Figure 1. The γ2(R43Q) mutation destabilize the open-channel conformation. (A) Schematic representation of GABAAR subunits showing a large N-terminal extracellular domain, 4 transmembrane domains and a large cytoplasmic loop. The location of the γ2(R43Q) point mutation associated with childhood absence epilepsy and febrile seizure is indicated. (B) Schematic diagram of a α1β2γ2 GABAAR which illustrates the 5 combined subunits that form the complex, the 2 GABA active binding sites at the β2 and α1 interfaces (gray circles) and the benzodiazepine (BDZ, blue circle) allosteric binding site at the α1 and γ2 interface. In current models, γ2R43 (red star) is at the interface with β2. (C,D) Model of a α1β2γ2 GABAAR viewed from the outside. Here only the γ2 and β2 subunits are shown for clarity (γ2 in green and β2 in pink, see (B). γ2 (R43, Y174, E178) and β2 (D84, R117) residues are represented by sticks. These residues are within loops identified as being involved in the channel-opening motion: (C) resting state model, (D) active state model.

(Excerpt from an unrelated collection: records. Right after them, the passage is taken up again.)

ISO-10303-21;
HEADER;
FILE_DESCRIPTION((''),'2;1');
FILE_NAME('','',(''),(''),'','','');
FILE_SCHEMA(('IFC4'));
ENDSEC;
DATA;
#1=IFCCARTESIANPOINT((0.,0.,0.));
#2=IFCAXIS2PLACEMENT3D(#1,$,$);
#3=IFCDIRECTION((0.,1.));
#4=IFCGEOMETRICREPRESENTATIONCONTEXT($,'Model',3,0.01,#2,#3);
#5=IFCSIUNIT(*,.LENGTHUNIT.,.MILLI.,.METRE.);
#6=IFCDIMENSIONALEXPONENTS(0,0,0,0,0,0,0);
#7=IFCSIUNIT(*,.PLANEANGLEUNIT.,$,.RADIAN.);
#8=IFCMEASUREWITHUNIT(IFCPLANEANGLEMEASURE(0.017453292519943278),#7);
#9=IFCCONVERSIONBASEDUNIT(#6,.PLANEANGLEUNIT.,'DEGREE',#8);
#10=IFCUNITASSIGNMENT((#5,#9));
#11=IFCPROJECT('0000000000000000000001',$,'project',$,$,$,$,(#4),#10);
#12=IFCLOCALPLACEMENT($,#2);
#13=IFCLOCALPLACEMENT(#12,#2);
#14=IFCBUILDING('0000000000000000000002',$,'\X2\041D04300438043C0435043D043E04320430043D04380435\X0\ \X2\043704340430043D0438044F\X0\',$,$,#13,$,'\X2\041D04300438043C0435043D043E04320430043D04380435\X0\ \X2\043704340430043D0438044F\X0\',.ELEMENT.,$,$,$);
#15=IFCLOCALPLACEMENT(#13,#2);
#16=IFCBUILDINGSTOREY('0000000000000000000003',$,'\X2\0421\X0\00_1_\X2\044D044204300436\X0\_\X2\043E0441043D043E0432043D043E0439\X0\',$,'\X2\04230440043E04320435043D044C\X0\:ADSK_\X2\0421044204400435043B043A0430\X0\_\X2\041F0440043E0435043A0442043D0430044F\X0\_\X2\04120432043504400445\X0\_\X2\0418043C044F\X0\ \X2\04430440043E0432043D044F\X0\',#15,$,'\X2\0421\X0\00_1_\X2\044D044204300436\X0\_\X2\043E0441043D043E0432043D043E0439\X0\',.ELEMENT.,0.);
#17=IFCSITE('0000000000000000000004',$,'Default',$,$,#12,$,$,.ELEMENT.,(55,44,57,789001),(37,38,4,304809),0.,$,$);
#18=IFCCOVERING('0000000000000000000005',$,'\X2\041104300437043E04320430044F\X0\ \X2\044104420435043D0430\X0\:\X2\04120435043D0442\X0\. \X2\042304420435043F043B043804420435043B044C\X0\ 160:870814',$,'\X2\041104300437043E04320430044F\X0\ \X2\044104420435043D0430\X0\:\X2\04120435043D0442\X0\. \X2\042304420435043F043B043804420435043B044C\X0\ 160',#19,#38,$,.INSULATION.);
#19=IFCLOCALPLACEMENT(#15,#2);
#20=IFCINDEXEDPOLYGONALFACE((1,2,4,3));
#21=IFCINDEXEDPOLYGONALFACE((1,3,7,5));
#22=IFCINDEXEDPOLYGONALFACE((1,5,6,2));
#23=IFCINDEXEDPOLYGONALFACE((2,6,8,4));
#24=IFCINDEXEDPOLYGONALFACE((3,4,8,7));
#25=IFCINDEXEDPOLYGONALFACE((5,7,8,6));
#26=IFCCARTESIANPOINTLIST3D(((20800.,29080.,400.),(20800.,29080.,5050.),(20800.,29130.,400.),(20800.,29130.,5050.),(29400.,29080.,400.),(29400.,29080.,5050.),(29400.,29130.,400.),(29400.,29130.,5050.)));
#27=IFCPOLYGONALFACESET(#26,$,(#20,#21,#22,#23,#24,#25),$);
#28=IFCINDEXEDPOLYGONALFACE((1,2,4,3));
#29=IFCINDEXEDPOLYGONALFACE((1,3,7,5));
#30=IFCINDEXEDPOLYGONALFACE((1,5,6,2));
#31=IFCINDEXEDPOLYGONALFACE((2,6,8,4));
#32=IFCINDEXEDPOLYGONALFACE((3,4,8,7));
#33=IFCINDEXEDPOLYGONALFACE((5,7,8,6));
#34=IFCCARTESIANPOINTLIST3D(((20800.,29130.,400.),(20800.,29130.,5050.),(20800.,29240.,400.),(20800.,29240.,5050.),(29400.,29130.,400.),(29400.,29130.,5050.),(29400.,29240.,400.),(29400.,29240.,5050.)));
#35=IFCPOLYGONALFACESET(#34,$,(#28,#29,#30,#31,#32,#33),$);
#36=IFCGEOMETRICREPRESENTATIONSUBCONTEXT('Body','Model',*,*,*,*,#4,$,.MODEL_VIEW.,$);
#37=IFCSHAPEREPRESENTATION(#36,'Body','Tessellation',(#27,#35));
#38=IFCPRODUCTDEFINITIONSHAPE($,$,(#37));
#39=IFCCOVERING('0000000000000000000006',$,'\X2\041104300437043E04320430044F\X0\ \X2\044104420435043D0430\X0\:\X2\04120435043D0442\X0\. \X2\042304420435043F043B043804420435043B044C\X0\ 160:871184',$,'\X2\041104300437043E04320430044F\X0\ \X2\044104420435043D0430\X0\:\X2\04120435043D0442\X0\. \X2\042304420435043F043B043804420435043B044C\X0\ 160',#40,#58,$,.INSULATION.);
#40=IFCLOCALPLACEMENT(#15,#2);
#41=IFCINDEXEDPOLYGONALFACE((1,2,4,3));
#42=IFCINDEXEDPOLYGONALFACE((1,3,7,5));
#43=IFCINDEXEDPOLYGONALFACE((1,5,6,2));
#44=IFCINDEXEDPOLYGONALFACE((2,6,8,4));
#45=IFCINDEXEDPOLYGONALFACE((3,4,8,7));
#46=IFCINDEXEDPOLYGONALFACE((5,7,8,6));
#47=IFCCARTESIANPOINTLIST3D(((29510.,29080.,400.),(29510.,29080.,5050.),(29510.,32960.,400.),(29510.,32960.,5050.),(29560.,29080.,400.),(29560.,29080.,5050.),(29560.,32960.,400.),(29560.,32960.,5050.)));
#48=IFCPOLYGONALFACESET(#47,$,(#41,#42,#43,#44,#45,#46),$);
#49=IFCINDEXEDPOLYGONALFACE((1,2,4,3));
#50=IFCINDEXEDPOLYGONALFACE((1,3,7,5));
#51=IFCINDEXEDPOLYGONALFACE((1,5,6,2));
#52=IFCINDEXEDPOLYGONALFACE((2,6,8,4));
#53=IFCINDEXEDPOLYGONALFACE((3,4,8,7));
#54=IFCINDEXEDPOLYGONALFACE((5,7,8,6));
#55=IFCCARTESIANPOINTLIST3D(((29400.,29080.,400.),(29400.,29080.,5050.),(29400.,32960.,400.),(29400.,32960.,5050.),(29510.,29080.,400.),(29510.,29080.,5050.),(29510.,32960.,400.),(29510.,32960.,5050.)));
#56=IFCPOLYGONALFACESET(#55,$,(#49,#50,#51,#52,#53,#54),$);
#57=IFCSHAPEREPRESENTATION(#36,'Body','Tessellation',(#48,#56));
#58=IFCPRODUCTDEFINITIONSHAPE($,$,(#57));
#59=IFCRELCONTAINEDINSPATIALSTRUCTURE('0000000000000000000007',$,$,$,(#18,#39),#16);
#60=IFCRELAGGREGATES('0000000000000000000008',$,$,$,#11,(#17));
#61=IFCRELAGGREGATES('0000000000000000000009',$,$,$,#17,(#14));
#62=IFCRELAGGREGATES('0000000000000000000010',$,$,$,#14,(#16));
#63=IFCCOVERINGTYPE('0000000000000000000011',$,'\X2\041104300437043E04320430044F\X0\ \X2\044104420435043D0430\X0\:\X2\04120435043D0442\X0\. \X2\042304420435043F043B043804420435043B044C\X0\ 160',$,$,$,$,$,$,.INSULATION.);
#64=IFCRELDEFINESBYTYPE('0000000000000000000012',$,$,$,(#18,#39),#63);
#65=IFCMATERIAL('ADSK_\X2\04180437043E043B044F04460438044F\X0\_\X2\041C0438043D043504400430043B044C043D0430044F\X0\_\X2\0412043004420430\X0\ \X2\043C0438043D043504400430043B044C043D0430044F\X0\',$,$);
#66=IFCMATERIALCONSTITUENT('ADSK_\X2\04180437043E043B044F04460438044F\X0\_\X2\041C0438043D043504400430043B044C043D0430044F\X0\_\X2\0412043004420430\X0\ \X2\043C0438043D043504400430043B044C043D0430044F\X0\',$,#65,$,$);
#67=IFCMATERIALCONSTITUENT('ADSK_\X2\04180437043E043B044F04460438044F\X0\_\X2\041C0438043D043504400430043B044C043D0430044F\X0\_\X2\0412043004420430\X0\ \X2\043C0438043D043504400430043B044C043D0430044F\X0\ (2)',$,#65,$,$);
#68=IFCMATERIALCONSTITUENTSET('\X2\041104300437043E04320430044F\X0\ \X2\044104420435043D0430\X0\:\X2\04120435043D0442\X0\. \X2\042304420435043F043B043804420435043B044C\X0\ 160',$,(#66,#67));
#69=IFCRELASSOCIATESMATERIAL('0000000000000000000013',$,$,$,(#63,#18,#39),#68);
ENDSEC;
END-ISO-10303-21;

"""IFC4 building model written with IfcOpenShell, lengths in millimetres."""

from ifc_helpers import new_model, entity, si_unit, converted_unit, direction, frame, origin, place, context, subcontext, project, spatial, indexed_curve, outline, extrude, material, constituent, constituent_set, type_object, element, save


model = new_model("IFC4")

# Units and contexts
model_context = context("Model", 3, precision=0.01, world=origin(), true_north=direction((0.0, 1.0)))
body_context = subcontext(model_context, "Body", "Model", "MODEL_VIEW")
ifc_project = project(units=[si_unit("LENGTHUNIT", "METRE", prefix="MILLI"), converted_unit("PLANEANGLEUNIT", "DEGREE", entity("IfcPlaneAngleMeasure", 0.017453292519943278), si_unit("PLANEANGLEUNIT", "RADIAN"), dimensions=[0, 0, 0, 0, 0, 0, 0])], contexts=[model_context])

# Site, building, storey
site_placement = place(None, origin())
site = spatial("IfcSite", under=ifc_project, at=site_placement, Name="Default", CompositionType="ELEMENT", RefLatitude=(55, 44, 57, 789001), RefLongitude=(37, 38, 4, 304809), RefElevation=0.0)
building_placement = place(site_placement, origin())
building = spatial("IfcBuilding", under=site, at=building_placement, Name="Наименование здания", LongName="Наименование здания", CompositionType="ELEMENT")
storey_placement = place(building_placement, origin())
storey = spatial("IfcBuildingStorey", under=building, at=storey_placement, Name="С00_1_этаж_основной", ObjectType="Уровень:ADSK_Стрелка_Проектная_Вверх_Имя уровня", LongName="С00_1_этаж_основной", CompositionType="ELEMENT", Elevation=0.0)

# Coverings
ifc_material_1 = material(Name="ADSK_Изоляция_Минеральная_Вата минеральная")
ifc_constituent_1 = constituent(ifc_material_1, Name="ADSK_Изоляция_Минеральная_Вата минеральная")
ifc_constituent_2 = constituent(ifc_material_1, Name="ADSK_Изоляция_Минеральная_Вата минеральная (2)")
ifc_constituent_set_1 = constituent_set(constituents=[ifc_constituent_1, ifc_constituent_2], Name="Базовая стена:Вент. Утеплитель 160")
covering_type = type_object("IfcCoveringType", Name="Базовая стена:Вент. Утеплитель 160", PredefinedType="INSULATION", material=ifc_constituent_set_1)
covering_1_placement = place(storey_placement, frame((29400.0, 29160.0, 400.0), z_axis=(0.0, 0.0, 1.0), x_axis=(-1.0, 0.0, 0.0)))
element("IfcCovering", 1, at=covering_1_placement, inside=storey, type_object=covering_type, material=ifc_constituent_set_1, Name="Базовая стена:Вент. Утеплитель 160:870814", ObjectType="Базовая стена:Вент. Утеплитель 160", PredefinedType="INSULATION", context=body_context, shape_type="SweptSolid", body=[
    extrude(outline(indexed_curve([(-25.0, -4300.0), (25.0, -4300.0), (25.0, 4300.0), (-25.0, 4300.0), (-25.0, -4300.0)], self_intersect=False)), frame((4300.0, 55.0, 0.0), z_axis=(0.0, 0.0, 1.0), x_axis=(0.0, -1.0, 0.0)), (0.0, 0.0, 1.0), 4650.0),
    extrude(outline(indexed_curve([(-55.0, -4300.0), (55.0, -4300.0), (55.0, 4300.0), (-55.0, 4300.0), (-55.0, -4300.0)], self_intersect=False)), frame((4300.0, -25.0, 0.0), z_axis=(0.0, 0.0, 1.0), x_axis=(0.0, 1.0, 0.0)), (0.0, 0.0, 1.0), 4650.0),
])
covering_2_placement = place(storey_placement, frame((29480.0, 29080.0, 400.0), z_axis=(0.0, 0.0, 1.0), x_axis=(0.0, 1.0, 0.0)))
element("IfcCovering", 2, at=covering_2_placement, inside=storey, type_object=covering_type, material=ifc_constituent_set_1, Name="Базовая стена:Вент. Утеплитель 160:871184", ObjectType="Базовая стена:Вент. Утеплитель 160", PredefinedType="INSULATION", context=body_context, shape_type="SweptSolid", body=[
    extrude(outline(indexed_curve([(-25.0, -1940.0), (25.0, -1940.0), (25.0, 1940.0), (-25.0, 1940.0), (-25.0, -1940.0)], self_intersect=False)), frame((1940.0, -55.0, 0.0), z_axis=(0.0, 0.0, 1.0), x_axis=(0.0, 1.0, 0.0)), (0.0, 0.0, 1.0), 4650.0),
    extrude(outline(indexed_curve([(-55.0, -1940.0), (55.0, -1940.0), (55.0, 1940.0), (-55.0, 1940.0), (-55.0, -1940.0)], self_intersect=False)), frame((1940.0, 25.0, 0.0), z_axis=(0.0, 0.0, 1.0), x_axis=(0.0, -1.0, 0.0)), (0.0, 0.0, 1.0), 4650.0),
])

save(model, "model.ifc")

The GABAAR extracellular domain contains binding sites for agonists and allosteric modulators (Fig. 1B), while the intracellular domain mediates interactions with trafficking factors.,,, Consequently, our findings suggest that GABAAR internalization is driven by a global conformational change. Molecular models show that the γ2R43 residue is at the γ2/β2 interface in the extracellular domain, on a loop positioned above the pocket, which is homologous to the GABA binding sites. Interestingly, many mutations in nicotinic receptors linked to diseases are at the interface between receptor subunits; they alter the gating allosterically, i.e., from a distance., A model indicates that γ2R43 and γ2E178 are connected through a bifurcated salt bridge: this model has been used to study the γ2(R43Q) mutation.,, One of these studies has suggested that these positions have a long-range allosteric effect. In our new GABAAR model derived from the Glutamate-gated chloride channel in the active state recently published, the R43 residue of the γ2-subunit is connected to Y174 and E178 from the loop B and to β2 subunit via polar interactions that should be sensitive to the R43Q substitution and positioned on a loop thought to be involved in the channel-pore opening motion (Fig. 1D). Here we show that these interactions are not present in our novel model of the resting state (Fig. 1C) which was based on the structure of a prokaryotic homolog published very recently. These new models (i.e., resting and activated states) point out that the γ2R43 domain is affected by the motion resulting from GABAAR activation. This observation is consistent with an allosteric effect of the mutation. Moreover, electrophysiological recordings and kinetic analyses have shown that the long-distance effects of γ2(R43Q) substitution extend as far as the transmembrane domains. Then, the extracellular domain might have an influence on receptor endocytosis in line with the current views on pentameric ligand-gated ion channels, describing a link between extracellular-, transmembrane-, and intracellular-domains.- This also suggests that allosteric drugs in wide clinical use may have an influence on receptor trafficking.